Material for this task below:
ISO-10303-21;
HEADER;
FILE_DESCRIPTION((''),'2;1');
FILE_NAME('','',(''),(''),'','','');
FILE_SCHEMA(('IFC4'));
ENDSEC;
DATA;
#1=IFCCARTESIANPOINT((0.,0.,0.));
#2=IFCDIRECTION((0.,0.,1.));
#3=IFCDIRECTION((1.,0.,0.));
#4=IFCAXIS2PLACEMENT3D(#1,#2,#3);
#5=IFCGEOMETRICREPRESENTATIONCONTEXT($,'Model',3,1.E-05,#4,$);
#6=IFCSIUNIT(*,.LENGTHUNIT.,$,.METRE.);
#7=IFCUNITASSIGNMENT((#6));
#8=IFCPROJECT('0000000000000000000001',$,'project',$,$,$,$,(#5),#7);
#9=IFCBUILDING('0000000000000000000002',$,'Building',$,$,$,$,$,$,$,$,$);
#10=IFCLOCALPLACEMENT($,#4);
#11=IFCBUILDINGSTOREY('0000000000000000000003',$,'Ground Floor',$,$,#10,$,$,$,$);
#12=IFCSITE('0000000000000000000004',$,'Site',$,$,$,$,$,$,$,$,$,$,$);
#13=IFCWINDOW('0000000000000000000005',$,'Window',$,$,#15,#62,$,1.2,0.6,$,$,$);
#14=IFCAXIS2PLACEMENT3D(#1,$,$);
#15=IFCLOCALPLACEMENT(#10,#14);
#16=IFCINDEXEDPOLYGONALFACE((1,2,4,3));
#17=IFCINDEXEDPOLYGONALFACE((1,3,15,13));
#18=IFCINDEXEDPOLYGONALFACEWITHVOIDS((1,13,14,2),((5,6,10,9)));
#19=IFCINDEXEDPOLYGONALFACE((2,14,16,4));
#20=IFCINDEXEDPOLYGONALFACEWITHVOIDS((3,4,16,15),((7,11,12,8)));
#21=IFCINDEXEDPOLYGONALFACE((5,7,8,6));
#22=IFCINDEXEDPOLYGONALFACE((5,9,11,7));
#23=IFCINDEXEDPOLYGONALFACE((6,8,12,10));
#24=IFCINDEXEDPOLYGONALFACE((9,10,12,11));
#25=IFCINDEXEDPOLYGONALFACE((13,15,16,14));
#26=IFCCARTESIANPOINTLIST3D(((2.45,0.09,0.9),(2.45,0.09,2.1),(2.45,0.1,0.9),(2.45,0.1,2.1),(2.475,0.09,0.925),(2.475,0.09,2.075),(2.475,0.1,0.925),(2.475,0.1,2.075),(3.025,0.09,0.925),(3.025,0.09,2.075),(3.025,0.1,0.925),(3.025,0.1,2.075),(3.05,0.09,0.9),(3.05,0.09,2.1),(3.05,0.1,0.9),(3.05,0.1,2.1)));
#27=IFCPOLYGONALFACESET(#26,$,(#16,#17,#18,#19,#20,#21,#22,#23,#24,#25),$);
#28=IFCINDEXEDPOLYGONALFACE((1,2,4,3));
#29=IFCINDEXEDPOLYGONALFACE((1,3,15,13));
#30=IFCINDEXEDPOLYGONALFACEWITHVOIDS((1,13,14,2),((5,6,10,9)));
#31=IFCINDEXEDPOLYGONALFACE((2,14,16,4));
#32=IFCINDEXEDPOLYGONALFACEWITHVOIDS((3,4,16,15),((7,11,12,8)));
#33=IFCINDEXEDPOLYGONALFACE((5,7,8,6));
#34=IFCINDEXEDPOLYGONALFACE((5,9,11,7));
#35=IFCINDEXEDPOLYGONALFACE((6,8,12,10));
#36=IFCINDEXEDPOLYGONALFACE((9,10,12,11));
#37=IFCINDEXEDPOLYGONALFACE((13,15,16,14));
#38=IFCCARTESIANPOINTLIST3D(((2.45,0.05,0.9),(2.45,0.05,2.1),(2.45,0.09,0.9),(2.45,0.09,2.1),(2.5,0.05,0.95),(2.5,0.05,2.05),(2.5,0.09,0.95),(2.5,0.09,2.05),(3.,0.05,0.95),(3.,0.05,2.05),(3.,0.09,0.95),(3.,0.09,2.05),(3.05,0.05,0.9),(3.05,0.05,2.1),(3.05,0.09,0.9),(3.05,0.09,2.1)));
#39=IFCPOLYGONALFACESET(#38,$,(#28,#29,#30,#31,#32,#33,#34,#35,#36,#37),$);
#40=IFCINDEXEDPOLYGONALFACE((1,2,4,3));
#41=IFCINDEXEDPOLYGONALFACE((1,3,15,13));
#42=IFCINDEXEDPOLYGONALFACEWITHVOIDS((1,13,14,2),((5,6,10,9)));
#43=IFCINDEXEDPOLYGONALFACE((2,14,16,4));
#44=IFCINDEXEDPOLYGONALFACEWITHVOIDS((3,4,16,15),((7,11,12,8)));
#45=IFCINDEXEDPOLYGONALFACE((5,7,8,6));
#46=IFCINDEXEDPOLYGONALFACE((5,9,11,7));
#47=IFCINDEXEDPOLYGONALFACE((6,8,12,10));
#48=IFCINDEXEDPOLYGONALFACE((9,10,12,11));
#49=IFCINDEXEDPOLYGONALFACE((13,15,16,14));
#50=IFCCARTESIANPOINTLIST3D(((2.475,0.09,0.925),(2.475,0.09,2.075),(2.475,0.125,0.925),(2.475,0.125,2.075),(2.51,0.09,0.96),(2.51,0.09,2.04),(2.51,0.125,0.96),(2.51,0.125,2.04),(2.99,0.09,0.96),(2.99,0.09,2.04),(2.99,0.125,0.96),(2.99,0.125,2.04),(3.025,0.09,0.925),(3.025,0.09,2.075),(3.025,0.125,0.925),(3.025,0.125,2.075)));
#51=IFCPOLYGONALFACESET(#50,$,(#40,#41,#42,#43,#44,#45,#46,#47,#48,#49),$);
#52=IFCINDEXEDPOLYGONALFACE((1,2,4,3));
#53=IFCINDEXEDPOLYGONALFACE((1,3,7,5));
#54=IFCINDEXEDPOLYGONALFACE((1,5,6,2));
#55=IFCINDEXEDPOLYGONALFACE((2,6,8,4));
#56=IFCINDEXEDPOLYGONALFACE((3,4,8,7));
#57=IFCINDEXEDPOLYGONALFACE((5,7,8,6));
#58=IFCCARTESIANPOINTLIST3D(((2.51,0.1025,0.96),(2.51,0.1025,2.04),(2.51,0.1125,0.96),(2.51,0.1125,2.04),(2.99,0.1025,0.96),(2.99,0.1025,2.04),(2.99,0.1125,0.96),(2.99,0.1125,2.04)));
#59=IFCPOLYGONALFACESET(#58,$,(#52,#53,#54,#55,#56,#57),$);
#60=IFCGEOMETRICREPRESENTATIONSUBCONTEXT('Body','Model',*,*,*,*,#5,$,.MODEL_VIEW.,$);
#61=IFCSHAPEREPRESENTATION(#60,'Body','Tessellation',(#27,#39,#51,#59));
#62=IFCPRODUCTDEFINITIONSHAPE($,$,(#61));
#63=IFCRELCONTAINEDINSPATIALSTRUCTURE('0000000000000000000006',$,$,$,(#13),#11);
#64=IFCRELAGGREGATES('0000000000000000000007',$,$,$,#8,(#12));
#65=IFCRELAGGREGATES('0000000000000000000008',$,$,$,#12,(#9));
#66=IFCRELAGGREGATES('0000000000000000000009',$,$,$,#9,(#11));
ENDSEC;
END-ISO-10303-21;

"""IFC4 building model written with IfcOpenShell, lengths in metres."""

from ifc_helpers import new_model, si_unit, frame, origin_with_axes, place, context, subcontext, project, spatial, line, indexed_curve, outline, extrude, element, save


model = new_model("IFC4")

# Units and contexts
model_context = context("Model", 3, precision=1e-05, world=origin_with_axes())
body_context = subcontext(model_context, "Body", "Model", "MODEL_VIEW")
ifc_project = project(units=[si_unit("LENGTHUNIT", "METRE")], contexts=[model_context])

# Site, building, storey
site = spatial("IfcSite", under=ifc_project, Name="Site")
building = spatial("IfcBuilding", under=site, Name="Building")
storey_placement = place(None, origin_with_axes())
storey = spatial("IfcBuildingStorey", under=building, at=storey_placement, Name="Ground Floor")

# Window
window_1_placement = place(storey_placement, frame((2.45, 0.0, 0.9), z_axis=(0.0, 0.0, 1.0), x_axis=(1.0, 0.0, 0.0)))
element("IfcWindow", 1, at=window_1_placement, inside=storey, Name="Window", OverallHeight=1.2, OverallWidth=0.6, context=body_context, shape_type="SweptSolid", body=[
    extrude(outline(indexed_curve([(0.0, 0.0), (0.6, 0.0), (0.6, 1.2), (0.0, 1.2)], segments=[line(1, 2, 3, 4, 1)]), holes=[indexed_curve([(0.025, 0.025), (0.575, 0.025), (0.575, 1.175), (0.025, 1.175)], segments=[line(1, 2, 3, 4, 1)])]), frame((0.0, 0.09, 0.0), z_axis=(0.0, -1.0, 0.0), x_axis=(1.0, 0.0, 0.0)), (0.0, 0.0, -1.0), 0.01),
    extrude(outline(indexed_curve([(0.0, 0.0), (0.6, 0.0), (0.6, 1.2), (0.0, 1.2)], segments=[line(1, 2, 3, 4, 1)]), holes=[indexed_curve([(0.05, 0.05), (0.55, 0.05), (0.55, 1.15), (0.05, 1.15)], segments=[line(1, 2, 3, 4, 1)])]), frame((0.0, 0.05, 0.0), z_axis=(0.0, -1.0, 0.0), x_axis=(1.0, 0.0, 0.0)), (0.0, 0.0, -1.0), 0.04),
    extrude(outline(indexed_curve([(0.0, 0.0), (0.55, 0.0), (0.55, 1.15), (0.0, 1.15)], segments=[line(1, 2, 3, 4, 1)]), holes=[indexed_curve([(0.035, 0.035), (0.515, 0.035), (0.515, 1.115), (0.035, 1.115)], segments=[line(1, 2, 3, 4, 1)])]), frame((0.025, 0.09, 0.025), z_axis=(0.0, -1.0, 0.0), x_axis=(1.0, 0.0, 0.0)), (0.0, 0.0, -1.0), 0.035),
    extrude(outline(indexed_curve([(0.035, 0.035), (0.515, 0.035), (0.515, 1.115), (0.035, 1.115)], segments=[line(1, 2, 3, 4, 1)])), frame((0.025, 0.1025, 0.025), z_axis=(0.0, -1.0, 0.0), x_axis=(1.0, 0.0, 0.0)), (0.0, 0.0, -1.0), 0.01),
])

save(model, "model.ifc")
End of Material for this task.
Material for this task below:
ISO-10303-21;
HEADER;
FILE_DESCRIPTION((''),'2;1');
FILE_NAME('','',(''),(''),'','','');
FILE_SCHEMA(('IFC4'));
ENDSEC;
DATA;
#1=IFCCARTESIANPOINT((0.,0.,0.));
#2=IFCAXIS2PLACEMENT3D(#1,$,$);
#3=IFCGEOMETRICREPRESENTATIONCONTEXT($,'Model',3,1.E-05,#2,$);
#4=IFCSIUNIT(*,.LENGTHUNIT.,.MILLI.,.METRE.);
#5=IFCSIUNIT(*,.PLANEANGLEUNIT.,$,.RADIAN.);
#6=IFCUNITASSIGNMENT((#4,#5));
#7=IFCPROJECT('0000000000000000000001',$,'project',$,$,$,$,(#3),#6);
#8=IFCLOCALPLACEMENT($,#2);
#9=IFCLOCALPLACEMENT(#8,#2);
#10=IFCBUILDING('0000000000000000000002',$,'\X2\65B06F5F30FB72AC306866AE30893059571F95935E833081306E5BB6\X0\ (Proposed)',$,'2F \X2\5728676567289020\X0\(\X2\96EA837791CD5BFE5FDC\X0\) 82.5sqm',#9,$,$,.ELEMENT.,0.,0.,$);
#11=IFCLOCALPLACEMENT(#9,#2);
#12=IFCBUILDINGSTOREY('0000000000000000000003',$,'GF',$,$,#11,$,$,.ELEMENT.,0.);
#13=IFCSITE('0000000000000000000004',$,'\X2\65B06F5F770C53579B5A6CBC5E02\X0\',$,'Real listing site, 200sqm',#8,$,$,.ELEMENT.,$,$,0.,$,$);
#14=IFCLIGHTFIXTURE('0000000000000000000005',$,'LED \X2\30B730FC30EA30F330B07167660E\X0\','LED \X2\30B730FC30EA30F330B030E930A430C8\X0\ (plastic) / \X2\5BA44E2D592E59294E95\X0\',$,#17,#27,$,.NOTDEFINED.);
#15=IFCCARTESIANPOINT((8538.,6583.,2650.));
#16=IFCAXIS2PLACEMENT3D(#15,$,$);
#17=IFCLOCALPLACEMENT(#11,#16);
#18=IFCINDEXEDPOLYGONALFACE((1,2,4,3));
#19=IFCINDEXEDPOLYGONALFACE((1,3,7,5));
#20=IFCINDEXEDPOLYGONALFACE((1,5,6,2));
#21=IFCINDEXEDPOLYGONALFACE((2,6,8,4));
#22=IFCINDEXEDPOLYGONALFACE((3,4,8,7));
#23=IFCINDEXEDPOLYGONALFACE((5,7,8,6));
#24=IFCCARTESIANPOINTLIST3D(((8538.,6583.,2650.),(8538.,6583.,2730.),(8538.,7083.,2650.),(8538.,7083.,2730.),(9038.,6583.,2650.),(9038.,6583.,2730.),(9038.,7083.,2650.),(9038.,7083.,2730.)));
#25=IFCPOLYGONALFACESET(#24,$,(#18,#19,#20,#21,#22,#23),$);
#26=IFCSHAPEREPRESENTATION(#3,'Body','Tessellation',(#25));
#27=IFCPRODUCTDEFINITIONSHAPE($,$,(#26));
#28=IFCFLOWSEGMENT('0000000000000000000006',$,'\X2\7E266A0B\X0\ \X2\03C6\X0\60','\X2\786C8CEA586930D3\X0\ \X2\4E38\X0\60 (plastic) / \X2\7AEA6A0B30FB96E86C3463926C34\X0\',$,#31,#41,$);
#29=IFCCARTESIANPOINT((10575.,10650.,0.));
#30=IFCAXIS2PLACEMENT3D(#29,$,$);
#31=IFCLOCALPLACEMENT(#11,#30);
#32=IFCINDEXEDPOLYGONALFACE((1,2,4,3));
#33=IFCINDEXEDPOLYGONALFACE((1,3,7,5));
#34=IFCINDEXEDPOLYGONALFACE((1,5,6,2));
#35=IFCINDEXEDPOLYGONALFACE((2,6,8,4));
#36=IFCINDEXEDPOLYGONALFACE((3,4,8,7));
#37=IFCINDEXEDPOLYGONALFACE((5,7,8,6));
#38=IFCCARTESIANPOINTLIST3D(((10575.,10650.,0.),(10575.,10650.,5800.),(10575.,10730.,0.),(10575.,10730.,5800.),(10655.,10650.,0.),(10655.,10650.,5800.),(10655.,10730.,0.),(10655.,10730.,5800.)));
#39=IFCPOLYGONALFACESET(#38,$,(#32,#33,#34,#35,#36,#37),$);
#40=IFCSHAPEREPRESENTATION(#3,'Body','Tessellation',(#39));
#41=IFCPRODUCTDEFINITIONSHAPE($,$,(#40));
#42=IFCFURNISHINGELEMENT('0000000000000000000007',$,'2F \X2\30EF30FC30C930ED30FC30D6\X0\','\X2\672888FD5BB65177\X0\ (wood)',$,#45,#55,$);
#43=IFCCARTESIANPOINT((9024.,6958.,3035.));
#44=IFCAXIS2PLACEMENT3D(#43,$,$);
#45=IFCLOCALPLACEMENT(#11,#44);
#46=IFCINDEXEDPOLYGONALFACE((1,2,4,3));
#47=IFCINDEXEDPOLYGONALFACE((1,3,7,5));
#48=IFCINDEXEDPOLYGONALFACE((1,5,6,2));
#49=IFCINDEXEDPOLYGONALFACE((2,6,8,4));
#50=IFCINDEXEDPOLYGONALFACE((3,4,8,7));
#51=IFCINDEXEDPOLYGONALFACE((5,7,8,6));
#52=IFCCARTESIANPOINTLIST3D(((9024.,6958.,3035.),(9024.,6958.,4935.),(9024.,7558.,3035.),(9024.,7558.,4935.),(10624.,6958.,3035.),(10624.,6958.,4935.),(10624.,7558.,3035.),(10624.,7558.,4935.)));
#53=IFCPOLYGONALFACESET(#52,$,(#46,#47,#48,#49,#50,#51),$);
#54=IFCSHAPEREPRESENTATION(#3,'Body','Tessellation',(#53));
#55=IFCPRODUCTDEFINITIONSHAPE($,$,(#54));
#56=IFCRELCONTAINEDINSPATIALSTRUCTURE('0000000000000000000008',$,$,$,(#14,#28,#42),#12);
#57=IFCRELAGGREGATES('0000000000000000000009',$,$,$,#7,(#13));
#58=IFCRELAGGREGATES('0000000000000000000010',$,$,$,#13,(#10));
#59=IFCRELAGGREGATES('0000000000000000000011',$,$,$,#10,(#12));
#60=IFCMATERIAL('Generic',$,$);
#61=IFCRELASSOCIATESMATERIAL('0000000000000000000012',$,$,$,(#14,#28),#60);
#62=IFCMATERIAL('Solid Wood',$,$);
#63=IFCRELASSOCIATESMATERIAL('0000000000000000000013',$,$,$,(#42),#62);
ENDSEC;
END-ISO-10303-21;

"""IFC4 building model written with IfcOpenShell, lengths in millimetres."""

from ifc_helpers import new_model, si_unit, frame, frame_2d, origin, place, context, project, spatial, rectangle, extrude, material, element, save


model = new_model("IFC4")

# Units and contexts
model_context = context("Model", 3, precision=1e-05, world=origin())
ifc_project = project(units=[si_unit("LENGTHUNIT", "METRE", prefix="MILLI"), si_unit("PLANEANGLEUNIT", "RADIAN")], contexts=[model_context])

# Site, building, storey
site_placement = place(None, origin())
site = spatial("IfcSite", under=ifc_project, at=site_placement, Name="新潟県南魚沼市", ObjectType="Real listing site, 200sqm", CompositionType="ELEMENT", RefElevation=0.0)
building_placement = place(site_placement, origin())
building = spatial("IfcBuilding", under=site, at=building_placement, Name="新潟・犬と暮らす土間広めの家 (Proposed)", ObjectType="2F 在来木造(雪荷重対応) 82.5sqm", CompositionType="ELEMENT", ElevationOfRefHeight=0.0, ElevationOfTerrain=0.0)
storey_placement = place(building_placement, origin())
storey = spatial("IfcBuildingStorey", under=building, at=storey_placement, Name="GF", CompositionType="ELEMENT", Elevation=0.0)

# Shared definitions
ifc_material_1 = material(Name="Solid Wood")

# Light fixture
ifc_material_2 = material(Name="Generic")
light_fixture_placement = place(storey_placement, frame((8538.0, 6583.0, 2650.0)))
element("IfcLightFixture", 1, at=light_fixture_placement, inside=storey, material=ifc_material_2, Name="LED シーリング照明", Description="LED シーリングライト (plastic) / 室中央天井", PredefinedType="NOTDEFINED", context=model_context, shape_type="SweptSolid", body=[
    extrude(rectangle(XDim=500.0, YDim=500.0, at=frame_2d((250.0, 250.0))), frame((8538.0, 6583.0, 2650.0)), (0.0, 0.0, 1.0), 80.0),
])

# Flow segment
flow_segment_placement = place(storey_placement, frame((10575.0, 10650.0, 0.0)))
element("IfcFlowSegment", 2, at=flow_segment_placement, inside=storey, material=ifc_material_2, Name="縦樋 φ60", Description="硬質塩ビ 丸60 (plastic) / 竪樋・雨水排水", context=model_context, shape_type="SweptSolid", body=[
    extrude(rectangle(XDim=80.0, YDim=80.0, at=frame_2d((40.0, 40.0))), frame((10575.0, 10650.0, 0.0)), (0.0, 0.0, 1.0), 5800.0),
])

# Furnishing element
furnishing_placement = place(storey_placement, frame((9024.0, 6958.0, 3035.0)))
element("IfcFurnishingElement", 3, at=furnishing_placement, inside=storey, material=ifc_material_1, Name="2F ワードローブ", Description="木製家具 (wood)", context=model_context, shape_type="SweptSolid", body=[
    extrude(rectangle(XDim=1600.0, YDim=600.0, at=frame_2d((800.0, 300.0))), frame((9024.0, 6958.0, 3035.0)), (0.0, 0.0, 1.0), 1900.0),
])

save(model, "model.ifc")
End of Material for this task.
- **Required work**: Copy every line that includes the string "IFCUNITASSIGNMENT" from the material above.

- **The completed task**:
#7=IFCUNITASSIGNMENT((#6));
#6=IFCUNITASSIGNMENT((#4,#5));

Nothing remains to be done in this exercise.